(Beginning of Records for this exercise)

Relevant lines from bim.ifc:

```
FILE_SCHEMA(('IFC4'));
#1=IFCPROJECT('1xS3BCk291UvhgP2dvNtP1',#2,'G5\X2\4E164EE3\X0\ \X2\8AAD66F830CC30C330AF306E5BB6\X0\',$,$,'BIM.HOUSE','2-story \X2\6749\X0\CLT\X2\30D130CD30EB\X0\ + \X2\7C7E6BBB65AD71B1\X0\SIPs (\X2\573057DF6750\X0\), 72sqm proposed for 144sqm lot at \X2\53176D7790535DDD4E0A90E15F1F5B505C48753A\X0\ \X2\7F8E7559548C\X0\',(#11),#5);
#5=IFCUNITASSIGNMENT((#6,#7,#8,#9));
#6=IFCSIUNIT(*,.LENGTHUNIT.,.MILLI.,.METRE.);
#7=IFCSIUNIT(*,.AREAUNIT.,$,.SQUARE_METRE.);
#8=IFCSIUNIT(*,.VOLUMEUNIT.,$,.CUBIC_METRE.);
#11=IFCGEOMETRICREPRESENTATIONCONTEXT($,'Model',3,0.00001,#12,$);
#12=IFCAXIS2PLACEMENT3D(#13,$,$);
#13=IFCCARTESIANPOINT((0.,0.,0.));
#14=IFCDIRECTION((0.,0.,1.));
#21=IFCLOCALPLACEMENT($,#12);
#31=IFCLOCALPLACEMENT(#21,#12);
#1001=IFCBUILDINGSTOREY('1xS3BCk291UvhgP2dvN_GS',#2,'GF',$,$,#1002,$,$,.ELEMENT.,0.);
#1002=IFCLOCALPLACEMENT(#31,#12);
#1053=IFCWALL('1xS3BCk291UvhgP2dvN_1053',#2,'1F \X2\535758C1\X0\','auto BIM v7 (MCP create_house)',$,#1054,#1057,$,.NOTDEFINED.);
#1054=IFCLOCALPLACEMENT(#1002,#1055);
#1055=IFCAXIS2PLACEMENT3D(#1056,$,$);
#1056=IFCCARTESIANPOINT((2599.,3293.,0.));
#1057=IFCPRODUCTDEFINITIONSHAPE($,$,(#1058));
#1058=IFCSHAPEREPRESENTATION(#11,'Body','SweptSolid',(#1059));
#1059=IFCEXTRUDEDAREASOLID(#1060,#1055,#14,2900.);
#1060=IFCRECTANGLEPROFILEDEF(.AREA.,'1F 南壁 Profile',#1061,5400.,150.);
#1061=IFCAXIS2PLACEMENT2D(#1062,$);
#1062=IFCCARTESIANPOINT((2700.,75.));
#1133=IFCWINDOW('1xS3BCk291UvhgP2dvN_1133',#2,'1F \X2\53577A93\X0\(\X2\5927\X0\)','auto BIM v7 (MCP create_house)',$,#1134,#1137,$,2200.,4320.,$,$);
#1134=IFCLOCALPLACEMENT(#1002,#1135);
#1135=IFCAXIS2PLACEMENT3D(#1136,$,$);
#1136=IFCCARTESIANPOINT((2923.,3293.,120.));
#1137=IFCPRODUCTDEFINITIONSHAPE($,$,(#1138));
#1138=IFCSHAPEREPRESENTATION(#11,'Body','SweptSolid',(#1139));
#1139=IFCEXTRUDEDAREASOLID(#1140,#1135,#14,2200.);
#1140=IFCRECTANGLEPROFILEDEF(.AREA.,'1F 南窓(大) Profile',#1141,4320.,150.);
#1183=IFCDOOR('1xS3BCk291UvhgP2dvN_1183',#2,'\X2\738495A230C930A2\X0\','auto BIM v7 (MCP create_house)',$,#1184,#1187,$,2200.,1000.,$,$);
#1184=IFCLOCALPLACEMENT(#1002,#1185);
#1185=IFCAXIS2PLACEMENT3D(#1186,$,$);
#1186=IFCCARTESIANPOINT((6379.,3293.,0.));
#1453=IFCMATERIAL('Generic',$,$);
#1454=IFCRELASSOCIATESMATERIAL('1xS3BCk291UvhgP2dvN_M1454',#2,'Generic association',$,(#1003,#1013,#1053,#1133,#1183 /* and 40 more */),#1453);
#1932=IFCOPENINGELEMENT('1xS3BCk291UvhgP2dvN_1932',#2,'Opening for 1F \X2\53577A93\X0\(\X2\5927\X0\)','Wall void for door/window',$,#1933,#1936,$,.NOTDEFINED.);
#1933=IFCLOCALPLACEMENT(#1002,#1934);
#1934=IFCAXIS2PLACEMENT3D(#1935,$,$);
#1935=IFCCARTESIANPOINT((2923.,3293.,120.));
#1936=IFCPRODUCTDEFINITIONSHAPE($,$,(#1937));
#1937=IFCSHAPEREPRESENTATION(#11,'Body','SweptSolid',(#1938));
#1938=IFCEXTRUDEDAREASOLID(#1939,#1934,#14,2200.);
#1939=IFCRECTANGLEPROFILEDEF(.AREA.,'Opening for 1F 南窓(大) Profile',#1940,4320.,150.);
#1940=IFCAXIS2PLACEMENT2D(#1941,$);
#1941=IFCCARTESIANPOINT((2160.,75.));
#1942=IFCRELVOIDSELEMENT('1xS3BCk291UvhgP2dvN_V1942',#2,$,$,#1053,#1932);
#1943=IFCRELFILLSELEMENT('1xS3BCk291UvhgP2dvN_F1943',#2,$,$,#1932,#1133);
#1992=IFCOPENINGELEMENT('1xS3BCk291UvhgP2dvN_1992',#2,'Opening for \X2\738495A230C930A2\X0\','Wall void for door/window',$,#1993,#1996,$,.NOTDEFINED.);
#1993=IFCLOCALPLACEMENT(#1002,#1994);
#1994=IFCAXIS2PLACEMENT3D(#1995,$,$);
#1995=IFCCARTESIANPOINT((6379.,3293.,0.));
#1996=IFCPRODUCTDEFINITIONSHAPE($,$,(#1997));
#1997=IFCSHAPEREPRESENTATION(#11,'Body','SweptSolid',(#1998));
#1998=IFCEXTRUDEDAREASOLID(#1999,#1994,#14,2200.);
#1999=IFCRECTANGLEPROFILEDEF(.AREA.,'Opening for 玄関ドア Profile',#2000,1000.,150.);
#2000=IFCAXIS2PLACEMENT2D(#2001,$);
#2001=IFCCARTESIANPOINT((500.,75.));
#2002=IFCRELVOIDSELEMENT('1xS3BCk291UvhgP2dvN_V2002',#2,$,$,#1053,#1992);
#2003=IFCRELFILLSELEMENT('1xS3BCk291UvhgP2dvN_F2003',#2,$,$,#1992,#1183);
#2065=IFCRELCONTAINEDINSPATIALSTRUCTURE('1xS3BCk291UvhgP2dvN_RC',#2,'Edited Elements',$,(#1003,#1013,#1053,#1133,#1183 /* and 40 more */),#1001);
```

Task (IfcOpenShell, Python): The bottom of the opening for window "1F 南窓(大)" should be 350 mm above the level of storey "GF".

```python
import numpy as np
import ifcopenshell
import ifcopenshell.api.geometry
import ifcopenshell.geom
import ifcopenshell.util.element
import ifcopenshell.util.placement
import ifcopenshell.util.shape
import ifcopenshell.util.unit

model = ifcopenshell.open("bim.ifc")
unit_scale = ifcopenshell.util.unit.calculate_unit_scale(model)

window = model.by_guid("1xS3BCk291UvhgP2dvN_1133")
opening = window.FillsVoids[0].RelatingOpeningElement
storey = ifcopenshell.util.element.get_container(window, ifc_class="IfcBuildingStorey")
level = ifcopenshell.util.placement.get_local_placement(storey.ObjectPlacement)[2, 3]

# The opening's origin need not be at the sill, so measure its lowest point.
shape = ifcopenshell.geom.create_shape(ifcopenshell.geom.settings(), opening)
bottom = ifcopenshell.util.shape.get_shape_bottom_elevation(shape, shape.geometry) / unit_scale
dz = level + 0.35 / unit_scale - bottom

shift = np.array([0.0, 0.0, dz])
# The window is not placed relative to its opening, so move both.
for product in (opening, window):
    matrix = ifcopenshell.util.placement.get_local_placement(product.ObjectPlacement)
    matrix[:3, 3] += shift
    ifcopenshell.api.geometry.edit_object_placement(model, product=product, matrix=matrix, is_si=False)

print(f"moved by {dz * unit_scale:+.3f} m")

model.write("bim_edited.ifc")
```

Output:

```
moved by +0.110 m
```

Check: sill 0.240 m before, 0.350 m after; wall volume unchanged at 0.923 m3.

(End of Records for this exercise)

Activity
Copy from the entries above each line in which the string "Generic" can be found.

Task result
#1453=IFCMATERIAL('Generic',$,$);
#1454=IFCRELASSOCIATESMATERIAL('1xS3BCk291UvhgP2dvN_M1454',#2,'Generic association',$,(#1003,#1013,#1053,#1133,#1183 /* and 40 more */),#1453);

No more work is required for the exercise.